» Description of the task
If a line of the material contains "Default", copy it.

Segment Start: The data

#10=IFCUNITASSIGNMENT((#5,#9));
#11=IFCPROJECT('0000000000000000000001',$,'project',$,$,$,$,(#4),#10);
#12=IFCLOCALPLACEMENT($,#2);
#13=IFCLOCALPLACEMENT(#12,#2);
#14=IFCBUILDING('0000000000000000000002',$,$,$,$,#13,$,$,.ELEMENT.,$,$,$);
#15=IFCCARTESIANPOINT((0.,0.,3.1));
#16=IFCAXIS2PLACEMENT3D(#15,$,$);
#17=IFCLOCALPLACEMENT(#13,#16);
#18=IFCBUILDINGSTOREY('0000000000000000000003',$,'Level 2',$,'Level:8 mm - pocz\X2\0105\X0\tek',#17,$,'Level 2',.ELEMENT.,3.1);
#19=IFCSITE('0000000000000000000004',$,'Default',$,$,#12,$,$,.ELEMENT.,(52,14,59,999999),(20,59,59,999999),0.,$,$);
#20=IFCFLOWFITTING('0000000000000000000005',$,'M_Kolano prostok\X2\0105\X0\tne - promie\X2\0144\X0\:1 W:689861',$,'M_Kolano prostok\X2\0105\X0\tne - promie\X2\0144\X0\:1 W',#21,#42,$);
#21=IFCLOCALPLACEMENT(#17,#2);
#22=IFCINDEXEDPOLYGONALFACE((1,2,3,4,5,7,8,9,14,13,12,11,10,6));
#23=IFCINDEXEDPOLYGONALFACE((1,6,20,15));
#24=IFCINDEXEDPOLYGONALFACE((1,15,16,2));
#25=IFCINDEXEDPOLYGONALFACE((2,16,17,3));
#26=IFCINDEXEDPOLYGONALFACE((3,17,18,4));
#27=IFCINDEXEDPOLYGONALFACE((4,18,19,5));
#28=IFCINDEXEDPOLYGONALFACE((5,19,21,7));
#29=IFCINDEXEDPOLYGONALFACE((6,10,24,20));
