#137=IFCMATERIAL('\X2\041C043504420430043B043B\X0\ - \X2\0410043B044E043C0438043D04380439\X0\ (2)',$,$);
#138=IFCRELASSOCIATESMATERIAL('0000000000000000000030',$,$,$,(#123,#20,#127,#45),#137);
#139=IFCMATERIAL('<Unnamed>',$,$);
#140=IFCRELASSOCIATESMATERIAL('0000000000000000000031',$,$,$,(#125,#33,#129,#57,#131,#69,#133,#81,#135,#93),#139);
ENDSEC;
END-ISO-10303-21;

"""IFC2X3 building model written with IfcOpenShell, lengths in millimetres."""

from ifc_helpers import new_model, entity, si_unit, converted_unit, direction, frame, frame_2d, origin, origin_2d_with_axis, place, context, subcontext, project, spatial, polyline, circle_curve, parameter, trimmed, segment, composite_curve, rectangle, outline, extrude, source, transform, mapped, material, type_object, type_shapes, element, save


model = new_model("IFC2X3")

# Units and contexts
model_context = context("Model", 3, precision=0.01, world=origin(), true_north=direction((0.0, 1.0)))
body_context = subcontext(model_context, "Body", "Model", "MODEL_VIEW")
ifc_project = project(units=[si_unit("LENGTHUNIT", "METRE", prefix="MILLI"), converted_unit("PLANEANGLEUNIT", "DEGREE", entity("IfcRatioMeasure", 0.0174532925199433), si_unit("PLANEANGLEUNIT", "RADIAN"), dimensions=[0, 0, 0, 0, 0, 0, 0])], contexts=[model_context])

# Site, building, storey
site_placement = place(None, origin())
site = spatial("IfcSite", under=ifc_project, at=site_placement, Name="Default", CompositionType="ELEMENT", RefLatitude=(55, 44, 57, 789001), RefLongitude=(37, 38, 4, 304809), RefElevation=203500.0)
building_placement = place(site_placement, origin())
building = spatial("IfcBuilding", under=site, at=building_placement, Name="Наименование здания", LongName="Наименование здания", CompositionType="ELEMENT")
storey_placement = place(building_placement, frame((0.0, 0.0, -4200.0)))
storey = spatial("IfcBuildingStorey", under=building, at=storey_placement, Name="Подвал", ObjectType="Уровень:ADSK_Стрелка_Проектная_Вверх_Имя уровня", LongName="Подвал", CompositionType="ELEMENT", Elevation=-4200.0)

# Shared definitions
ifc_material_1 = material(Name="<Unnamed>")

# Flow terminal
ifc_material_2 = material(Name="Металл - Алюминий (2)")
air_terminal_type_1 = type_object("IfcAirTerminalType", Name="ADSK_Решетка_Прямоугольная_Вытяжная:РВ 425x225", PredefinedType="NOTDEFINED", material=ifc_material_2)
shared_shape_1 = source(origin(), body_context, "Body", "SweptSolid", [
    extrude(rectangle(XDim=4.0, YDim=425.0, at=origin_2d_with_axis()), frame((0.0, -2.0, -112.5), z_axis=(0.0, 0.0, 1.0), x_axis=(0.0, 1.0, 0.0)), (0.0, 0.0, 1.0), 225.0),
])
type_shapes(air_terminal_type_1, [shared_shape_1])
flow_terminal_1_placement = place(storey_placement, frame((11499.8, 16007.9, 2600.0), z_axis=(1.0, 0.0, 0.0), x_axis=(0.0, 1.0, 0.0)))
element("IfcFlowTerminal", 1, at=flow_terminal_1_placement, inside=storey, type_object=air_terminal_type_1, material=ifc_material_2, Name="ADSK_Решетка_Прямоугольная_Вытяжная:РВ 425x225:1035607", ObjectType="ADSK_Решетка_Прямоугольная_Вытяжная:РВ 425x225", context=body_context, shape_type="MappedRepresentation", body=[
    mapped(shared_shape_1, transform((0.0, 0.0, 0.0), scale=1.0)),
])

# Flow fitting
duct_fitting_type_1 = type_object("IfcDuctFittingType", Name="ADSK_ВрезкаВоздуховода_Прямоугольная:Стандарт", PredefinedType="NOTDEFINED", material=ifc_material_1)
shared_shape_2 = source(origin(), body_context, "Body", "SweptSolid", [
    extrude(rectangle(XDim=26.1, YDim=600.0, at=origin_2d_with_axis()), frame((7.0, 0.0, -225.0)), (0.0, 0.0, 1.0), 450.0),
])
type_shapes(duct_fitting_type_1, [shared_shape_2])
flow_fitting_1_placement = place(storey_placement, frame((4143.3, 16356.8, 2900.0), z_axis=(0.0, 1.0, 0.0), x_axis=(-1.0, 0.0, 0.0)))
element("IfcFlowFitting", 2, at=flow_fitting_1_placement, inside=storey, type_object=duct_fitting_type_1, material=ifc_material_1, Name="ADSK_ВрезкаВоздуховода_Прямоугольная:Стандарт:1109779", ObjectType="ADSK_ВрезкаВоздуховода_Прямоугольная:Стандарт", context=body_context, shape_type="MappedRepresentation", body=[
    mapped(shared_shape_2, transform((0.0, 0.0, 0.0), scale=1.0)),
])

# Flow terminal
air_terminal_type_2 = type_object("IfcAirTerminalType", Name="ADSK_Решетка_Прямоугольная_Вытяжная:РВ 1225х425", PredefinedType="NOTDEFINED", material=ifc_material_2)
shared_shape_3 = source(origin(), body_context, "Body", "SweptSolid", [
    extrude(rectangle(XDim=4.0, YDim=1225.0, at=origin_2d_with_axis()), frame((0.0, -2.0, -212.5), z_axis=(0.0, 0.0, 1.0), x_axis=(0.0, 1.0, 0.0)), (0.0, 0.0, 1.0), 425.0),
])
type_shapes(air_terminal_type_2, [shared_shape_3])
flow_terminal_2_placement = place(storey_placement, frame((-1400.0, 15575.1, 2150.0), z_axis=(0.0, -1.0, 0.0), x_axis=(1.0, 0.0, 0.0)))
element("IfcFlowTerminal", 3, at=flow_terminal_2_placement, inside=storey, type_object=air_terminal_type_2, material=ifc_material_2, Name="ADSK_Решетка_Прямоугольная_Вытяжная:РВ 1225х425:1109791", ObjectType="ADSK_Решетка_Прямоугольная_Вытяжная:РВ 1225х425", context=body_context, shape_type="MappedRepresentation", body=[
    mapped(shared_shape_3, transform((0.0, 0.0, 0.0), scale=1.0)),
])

Segment End: The data

» Response for this exercise
#19=IFCSITE('0000000000000000000004',$,'Default',$,$,#12,$,$,.ELEMENT.,(52,14,59,999999),(20,59,59,999999),0.,$,$);
site = spatial("IfcSite", under=ifc_project, at=site_placement, Name="Default", CompositionType="ELEMENT", RefLatitude=(55, 44, 57, 789001), RefLongitude=(37, 38, 4, 304809), RefElevation=203500.0)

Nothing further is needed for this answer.